• [Action item]
If a line in the entries below includes the string "IFCMATERIAL", copy it out.

• [Provided records]
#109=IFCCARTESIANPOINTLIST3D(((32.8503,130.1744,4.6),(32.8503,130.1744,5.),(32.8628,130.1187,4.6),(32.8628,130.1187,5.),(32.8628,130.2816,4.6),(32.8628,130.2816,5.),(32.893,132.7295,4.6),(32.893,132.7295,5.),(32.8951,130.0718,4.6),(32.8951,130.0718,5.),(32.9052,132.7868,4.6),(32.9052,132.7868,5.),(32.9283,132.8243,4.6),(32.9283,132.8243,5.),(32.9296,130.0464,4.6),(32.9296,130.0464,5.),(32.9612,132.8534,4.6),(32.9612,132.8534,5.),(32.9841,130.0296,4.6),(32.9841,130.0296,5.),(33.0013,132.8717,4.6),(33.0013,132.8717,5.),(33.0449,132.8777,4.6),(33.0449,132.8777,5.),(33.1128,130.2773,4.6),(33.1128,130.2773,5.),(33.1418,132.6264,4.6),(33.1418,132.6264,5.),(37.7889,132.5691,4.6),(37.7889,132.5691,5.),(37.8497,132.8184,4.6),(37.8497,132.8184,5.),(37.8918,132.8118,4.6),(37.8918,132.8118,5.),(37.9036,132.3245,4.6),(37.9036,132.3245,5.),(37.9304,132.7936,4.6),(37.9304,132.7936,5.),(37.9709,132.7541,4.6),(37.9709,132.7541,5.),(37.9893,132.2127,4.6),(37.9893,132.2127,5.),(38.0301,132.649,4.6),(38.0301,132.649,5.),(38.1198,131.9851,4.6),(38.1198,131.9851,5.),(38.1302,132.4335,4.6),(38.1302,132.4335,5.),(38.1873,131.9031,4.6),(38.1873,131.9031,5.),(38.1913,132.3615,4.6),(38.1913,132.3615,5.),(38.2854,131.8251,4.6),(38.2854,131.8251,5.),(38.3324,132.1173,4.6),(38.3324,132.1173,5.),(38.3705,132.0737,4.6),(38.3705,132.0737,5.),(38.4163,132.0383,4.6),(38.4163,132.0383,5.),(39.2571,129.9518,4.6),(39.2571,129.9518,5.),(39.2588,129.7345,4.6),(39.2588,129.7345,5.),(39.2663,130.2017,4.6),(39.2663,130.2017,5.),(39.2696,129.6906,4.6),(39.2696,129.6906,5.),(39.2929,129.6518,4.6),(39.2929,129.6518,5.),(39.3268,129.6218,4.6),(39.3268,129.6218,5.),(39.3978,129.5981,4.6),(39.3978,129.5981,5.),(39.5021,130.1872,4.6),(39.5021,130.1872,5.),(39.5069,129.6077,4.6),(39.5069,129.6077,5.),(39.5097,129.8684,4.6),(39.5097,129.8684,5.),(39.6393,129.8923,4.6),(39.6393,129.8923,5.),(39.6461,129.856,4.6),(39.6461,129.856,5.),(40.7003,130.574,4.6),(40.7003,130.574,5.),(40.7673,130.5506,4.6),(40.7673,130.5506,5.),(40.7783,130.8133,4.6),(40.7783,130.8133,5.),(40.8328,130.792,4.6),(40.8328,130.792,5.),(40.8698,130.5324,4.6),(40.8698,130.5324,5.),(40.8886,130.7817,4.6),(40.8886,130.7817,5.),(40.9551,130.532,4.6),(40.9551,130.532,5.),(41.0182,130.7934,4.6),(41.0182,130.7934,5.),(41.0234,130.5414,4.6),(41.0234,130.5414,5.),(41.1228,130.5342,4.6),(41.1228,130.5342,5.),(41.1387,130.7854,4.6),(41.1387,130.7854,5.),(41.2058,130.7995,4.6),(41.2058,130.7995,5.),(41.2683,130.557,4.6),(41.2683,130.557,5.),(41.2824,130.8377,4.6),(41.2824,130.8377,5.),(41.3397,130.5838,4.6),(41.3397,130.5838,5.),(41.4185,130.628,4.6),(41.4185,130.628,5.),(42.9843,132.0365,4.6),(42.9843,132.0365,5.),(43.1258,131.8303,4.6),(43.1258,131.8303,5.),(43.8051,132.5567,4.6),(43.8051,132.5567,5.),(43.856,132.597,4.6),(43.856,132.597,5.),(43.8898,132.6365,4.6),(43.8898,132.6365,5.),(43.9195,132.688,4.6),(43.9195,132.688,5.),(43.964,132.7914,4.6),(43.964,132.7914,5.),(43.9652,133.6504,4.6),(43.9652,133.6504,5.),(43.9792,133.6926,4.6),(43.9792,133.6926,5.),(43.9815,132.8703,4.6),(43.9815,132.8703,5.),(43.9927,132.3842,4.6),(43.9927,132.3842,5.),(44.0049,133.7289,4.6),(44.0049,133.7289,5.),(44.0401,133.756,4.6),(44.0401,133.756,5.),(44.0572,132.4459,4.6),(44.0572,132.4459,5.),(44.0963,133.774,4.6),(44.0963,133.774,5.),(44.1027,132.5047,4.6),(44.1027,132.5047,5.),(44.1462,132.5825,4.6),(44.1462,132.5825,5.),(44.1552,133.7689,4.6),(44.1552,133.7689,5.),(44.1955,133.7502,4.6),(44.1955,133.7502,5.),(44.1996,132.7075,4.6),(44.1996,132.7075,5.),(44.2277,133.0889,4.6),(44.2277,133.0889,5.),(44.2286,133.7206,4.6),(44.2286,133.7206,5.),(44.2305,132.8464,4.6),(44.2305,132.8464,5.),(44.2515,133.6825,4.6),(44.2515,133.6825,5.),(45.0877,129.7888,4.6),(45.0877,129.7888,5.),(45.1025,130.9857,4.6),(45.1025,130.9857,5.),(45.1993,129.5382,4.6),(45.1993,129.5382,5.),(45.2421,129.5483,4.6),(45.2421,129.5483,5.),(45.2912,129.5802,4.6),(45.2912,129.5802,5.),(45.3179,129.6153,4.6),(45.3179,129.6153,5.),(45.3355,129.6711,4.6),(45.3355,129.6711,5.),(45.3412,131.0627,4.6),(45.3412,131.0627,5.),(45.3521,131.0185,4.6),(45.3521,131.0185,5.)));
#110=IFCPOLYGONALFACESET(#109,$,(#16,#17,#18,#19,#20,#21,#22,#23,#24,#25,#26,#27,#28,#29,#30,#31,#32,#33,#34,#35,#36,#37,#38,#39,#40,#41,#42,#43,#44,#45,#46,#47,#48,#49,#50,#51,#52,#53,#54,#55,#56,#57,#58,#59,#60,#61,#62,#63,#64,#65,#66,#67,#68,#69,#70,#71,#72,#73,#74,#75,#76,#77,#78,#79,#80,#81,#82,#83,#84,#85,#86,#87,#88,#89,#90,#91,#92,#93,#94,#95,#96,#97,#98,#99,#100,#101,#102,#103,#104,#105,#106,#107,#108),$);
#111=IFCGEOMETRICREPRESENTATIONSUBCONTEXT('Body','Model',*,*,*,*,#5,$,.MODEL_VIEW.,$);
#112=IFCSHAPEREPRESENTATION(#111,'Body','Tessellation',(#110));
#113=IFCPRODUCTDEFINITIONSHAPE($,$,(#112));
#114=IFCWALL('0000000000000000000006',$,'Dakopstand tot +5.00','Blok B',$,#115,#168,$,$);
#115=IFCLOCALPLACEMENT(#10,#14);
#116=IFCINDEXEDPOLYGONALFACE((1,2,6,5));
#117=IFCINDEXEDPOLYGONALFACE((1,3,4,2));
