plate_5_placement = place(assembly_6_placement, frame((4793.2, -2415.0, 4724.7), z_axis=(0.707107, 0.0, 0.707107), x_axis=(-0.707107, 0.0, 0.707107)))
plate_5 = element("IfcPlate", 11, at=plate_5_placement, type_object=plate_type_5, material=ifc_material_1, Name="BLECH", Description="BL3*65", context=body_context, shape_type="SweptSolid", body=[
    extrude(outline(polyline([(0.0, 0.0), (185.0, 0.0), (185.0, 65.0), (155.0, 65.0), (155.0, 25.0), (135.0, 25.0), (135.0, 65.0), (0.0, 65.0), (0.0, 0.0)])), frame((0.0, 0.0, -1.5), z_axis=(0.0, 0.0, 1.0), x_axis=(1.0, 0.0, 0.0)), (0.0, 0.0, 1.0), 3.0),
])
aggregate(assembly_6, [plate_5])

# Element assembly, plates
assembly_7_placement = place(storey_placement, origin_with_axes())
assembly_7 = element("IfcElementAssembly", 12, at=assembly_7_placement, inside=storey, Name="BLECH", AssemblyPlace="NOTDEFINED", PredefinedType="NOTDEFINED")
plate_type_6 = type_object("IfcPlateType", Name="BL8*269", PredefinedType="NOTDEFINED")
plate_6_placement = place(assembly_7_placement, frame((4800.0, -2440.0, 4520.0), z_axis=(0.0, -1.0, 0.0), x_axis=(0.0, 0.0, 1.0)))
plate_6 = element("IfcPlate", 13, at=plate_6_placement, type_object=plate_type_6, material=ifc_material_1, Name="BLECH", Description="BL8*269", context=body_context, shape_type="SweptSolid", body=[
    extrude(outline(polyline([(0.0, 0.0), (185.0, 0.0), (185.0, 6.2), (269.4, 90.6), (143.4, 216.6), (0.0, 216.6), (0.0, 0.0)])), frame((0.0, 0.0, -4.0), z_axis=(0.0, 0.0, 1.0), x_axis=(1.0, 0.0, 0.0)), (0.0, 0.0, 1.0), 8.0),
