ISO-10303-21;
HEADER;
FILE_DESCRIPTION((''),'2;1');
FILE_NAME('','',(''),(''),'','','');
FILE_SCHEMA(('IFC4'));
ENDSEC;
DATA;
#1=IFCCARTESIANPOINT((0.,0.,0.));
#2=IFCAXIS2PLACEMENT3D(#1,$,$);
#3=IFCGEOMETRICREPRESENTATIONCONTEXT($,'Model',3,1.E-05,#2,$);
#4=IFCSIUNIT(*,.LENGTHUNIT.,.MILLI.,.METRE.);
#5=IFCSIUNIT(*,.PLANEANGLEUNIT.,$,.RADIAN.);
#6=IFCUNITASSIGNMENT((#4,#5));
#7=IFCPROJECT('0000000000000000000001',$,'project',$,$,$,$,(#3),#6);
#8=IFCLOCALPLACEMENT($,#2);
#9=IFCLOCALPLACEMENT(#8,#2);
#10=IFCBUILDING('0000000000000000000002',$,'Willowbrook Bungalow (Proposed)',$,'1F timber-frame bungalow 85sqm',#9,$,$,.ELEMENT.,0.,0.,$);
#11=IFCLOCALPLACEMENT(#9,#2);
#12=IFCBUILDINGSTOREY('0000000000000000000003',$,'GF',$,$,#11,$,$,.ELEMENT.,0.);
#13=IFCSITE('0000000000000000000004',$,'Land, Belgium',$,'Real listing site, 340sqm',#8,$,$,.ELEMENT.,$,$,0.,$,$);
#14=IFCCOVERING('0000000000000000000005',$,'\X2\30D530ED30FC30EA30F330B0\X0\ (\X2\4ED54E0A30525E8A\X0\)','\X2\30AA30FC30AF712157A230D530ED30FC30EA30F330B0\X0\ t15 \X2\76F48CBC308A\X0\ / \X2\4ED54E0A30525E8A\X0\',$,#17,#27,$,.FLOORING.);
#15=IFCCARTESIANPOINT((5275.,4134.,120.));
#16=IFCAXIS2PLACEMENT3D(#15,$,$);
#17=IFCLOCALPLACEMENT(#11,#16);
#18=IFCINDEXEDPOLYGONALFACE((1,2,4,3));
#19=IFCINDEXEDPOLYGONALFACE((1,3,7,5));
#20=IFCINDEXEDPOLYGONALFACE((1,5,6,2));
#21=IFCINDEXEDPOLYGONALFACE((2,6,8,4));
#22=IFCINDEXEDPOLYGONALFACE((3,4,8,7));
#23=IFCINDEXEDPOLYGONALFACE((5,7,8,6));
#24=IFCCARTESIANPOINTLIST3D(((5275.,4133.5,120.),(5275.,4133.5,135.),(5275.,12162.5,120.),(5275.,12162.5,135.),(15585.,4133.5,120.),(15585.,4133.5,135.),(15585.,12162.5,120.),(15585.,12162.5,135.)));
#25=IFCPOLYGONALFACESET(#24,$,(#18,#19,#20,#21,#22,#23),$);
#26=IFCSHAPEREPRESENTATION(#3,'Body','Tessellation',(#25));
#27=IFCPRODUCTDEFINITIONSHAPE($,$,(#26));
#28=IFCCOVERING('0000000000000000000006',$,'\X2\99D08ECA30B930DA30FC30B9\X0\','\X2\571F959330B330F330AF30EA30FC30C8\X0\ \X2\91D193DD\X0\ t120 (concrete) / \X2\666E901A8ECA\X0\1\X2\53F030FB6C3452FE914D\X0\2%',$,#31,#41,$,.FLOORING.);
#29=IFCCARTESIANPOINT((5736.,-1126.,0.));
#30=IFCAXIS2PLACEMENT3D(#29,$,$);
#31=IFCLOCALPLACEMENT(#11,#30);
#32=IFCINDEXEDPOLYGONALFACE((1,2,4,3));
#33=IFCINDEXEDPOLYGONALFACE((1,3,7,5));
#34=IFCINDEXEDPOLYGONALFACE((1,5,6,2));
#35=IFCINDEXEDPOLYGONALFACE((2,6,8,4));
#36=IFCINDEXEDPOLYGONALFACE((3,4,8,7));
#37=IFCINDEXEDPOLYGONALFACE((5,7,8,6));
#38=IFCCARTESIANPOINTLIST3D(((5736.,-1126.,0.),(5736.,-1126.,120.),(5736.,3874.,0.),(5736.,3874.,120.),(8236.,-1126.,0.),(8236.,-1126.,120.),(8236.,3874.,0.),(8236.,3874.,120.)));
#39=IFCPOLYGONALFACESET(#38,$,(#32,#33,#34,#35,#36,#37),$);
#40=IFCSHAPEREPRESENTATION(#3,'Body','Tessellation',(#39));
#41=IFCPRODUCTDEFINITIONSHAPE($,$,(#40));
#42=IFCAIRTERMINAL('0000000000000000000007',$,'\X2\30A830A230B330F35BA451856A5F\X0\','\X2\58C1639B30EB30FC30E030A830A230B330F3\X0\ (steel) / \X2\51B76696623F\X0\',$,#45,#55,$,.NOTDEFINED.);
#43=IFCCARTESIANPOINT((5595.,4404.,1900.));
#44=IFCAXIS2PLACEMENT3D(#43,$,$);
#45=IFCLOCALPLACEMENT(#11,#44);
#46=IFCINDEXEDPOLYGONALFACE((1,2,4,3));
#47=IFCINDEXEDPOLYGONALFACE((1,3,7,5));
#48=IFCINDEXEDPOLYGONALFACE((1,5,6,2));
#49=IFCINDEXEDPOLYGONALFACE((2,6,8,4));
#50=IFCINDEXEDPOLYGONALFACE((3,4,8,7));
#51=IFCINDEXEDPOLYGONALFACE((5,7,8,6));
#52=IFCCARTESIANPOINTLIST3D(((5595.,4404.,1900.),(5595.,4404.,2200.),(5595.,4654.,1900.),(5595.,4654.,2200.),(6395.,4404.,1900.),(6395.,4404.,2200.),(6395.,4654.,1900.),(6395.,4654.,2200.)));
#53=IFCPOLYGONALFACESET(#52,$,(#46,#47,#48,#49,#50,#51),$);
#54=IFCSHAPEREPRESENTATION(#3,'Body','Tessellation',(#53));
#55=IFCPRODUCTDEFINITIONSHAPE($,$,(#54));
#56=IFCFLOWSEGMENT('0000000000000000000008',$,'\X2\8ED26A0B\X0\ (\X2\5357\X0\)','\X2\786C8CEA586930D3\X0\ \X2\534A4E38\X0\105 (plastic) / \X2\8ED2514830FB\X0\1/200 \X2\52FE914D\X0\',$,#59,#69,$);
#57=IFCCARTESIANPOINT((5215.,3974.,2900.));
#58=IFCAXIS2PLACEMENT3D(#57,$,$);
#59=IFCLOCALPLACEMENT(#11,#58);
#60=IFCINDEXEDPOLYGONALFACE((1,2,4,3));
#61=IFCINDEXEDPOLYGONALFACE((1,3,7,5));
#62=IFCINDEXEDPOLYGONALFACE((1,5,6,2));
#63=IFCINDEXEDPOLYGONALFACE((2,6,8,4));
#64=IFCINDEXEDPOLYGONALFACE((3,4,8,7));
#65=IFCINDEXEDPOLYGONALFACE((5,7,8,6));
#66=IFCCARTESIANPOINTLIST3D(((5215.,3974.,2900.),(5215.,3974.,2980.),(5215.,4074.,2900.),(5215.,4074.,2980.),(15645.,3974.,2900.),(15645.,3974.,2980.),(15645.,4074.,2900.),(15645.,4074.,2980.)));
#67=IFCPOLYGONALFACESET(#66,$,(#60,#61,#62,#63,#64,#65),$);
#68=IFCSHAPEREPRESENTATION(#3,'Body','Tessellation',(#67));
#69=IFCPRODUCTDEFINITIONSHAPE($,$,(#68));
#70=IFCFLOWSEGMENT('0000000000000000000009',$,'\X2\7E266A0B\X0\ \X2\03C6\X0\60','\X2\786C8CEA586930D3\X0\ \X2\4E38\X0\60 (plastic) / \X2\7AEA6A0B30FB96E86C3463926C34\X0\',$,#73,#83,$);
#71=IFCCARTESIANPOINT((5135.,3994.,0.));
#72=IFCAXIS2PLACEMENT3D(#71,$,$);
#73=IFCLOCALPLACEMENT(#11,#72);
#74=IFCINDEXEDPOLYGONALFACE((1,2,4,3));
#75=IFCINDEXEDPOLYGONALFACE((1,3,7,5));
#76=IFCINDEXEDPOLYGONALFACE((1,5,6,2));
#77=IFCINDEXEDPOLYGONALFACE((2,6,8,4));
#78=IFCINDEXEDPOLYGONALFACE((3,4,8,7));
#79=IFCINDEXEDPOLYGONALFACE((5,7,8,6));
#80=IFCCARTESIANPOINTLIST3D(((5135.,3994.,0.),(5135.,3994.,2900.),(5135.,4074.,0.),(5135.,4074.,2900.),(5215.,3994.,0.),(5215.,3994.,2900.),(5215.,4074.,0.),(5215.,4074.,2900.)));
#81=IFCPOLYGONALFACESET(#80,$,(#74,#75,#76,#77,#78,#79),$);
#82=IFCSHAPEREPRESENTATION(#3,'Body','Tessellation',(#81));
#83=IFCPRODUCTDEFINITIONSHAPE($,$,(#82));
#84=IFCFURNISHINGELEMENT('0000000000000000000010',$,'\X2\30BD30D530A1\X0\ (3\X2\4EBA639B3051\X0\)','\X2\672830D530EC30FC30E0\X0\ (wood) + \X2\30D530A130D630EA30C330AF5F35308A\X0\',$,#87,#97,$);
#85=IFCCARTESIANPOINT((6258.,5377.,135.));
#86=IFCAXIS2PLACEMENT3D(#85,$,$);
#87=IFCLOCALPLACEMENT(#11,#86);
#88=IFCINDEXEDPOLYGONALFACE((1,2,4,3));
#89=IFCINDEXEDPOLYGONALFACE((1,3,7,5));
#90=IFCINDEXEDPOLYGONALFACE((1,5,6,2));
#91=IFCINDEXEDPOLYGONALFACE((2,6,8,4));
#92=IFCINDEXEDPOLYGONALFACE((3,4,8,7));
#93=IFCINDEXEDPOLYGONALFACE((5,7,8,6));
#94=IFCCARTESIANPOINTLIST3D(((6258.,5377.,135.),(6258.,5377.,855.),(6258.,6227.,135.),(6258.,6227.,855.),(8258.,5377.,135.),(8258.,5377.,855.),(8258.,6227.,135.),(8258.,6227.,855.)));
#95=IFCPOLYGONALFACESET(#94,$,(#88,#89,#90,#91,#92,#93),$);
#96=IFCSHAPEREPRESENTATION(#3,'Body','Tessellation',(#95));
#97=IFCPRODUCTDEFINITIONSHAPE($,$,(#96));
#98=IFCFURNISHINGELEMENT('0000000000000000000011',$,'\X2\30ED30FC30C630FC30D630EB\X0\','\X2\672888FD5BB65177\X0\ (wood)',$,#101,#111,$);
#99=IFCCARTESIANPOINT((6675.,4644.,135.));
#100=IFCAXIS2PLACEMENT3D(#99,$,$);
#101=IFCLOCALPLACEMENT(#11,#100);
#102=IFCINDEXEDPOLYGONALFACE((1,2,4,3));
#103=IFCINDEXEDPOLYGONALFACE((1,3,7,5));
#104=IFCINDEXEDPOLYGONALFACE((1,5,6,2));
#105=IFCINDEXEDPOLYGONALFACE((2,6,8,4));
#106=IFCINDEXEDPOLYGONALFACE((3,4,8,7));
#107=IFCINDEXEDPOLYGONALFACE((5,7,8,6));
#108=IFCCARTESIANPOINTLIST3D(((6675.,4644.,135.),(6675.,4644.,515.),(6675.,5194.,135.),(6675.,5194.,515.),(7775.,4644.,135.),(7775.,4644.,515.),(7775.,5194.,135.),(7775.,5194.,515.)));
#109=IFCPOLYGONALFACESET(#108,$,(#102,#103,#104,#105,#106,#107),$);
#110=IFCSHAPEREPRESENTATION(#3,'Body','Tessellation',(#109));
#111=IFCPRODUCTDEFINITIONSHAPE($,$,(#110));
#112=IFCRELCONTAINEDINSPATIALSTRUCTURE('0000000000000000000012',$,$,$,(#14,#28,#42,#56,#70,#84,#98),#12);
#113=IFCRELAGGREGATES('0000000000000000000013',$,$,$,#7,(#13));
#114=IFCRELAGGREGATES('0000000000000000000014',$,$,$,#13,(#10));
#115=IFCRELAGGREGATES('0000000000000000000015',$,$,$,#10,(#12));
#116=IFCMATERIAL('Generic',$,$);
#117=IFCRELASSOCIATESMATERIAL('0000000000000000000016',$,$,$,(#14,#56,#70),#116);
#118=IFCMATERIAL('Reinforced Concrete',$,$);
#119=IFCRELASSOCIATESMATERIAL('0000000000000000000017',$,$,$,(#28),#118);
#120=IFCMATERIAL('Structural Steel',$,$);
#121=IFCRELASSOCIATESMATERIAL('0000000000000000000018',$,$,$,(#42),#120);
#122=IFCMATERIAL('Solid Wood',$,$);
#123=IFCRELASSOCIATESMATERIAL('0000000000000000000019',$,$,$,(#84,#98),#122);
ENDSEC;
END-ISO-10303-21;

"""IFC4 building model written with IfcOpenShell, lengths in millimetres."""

from ifc_helpers import new_model, si_unit, frame, frame_2d, origin, place, context, project, spatial, rectangle, extrude, material, element, save


model = new_model("IFC4")

# Units and contexts
model_context = context("Model", 3, precision=1e-05, world=origin())
ifc_project = project(units=[si_unit("LENGTHUNIT", "METRE", prefix="MILLI"), si_unit("PLANEANGLEUNIT", "RADIAN")], contexts=[model_context])

# Site, building, storey
site_placement = place(None, origin())
site = spatial("IfcSite", under=ifc_project, at=site_placement, Name="Land, Belgium", ObjectType="Real listing site, 340sqm", CompositionType="ELEMENT", RefElevation=0.0)
building_placement = place(site_placement, origin())
building = spatial("IfcBuilding", under=site, at=building_placement, Name="Willowbrook Bungalow (Proposed)", ObjectType="1F timber-frame bungalow 85sqm", CompositionType="ELEMENT", ElevationOfRefHeight=0.0, ElevationOfTerrain=0.0)
storey_placement = place(building_placement, origin())
storey = spatial("IfcBuildingStorey", under=building, at=storey_placement, Name="GF", CompositionType="ELEMENT", Elevation=0.0)

# Shared definitions
ifc_material_1 = material(Name="Solid Wood")

# Shared definitions
ifc_material_2 = material(Name="Reinforced Concrete")

# Shared definitions
ifc_material_3 = material(Name="Structural Steel")

# Coverings
ifc_material_4 = material(Name="Generic")
covering_1_placement = place(storey_placement, frame((5275.0, 4134.0, 120.0)))
element("IfcCovering", 1, at=covering_1_placement, inside=storey, material=ifc_material_4, Name="フローリング (仕上げ床)", Description="オーク無垢フローリング t15 直貼り / 仕上げ床", PredefinedType="FLOORING", context=model_context, shape_type="SweptSolid", body=[
    extrude(rectangle(XDim=10310.0, YDim=8029.0, at=frame_2d((5155.0, 4014.0))), frame((5275.0, 4134.0, 120.0)), (0.0, 0.0, 1.0), 15.0),
])
covering_2_placement = place(storey_placement, frame((5736.0, -1126.0, 0.0)))
element("IfcCovering", 2, at=covering_2_placement, inside=storey, material=ifc_material_2, Name="駐車スペース", Description="土間コンクリート 金鏝 t120 (concrete) / 普通車1台・水勾配2%", PredefinedType="FLOORING", context=model_context, shape_type="SweptSolid", body=[
    extrude(rectangle(XDim=2500.0, YDim=5000.0, at=frame_2d((1250.0, 2500.0))), frame((5736.0, -1126.0, 0.0)), (0.0, 0.0, 1.0), 120.0),
])

# Air terminal
air_terminal_placement = place(storey_placement, frame((5595.0, 4404.0, 1900.0)))
element("IfcAirTerminal", 3, at=air_terminal_placement, inside=storey, material=ifc_material_3, Name="エアコン室内機", Description="壁掛ルームエアコン (steel) / 冷暖房", PredefinedType="NOTDEFINED", context=model_context, shape_type="SweptSolid", body=[
    extrude(rectangle(XDim=800.0, YDim=250.0, at=frame_2d((400.0, 125.0))), frame((5595.0, 4404.0, 1900.0)), (0.0, 0.0, 1.0), 300.0),
])

# Flow segments
flow_segment_1_placement = place(storey_placement, frame((5215.0, 3974.0, 2900.0)))
element("IfcFlowSegment", 4, at=flow_segment_1_placement, inside=storey, material=ifc_material_4, Name="軒樋 (南)", Description="硬質塩ビ 半丸105 (plastic) / 軒先・1/200 勾配", context=model_context, shape_type="SweptSolid", body=[
    extrude(rectangle(XDim=10430.0, YDim=100.0, at=frame_2d((5215.0, 50.0))), frame((5215.0, 3974.0, 2900.0)), (0.0, 0.0, 1.0), 80.0),
])
flow_segment_2_placement = place(storey_placement, frame((5135.0, 3994.0, 0.0)))
element("IfcFlowSegment", 5, at=flow_segment_2_placement, inside=storey, material=ifc_material_4, Name="縦樋 φ60", Description="硬質塩ビ 丸60 (plastic) / 竪樋・雨水排水", context=model_context, shape_type="SweptSolid", body=[
    extrude(rectangle(XDim=80.0, YDim=80.0, at=frame_2d((40.0, 40.0))), frame((5135.0, 3994.0, 0.0)), (0.0, 0.0, 1.0), 2900.0),
])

• [Reply to the exercise]
#116=IFCMATERIAL('Generic',$,$);
#118=IFCMATERIAL('Reinforced Concrete',$,$);
#120=IFCMATERIAL('Structural Steel',$,$);
#122=IFCMATERIAL('Solid Wood',$,$);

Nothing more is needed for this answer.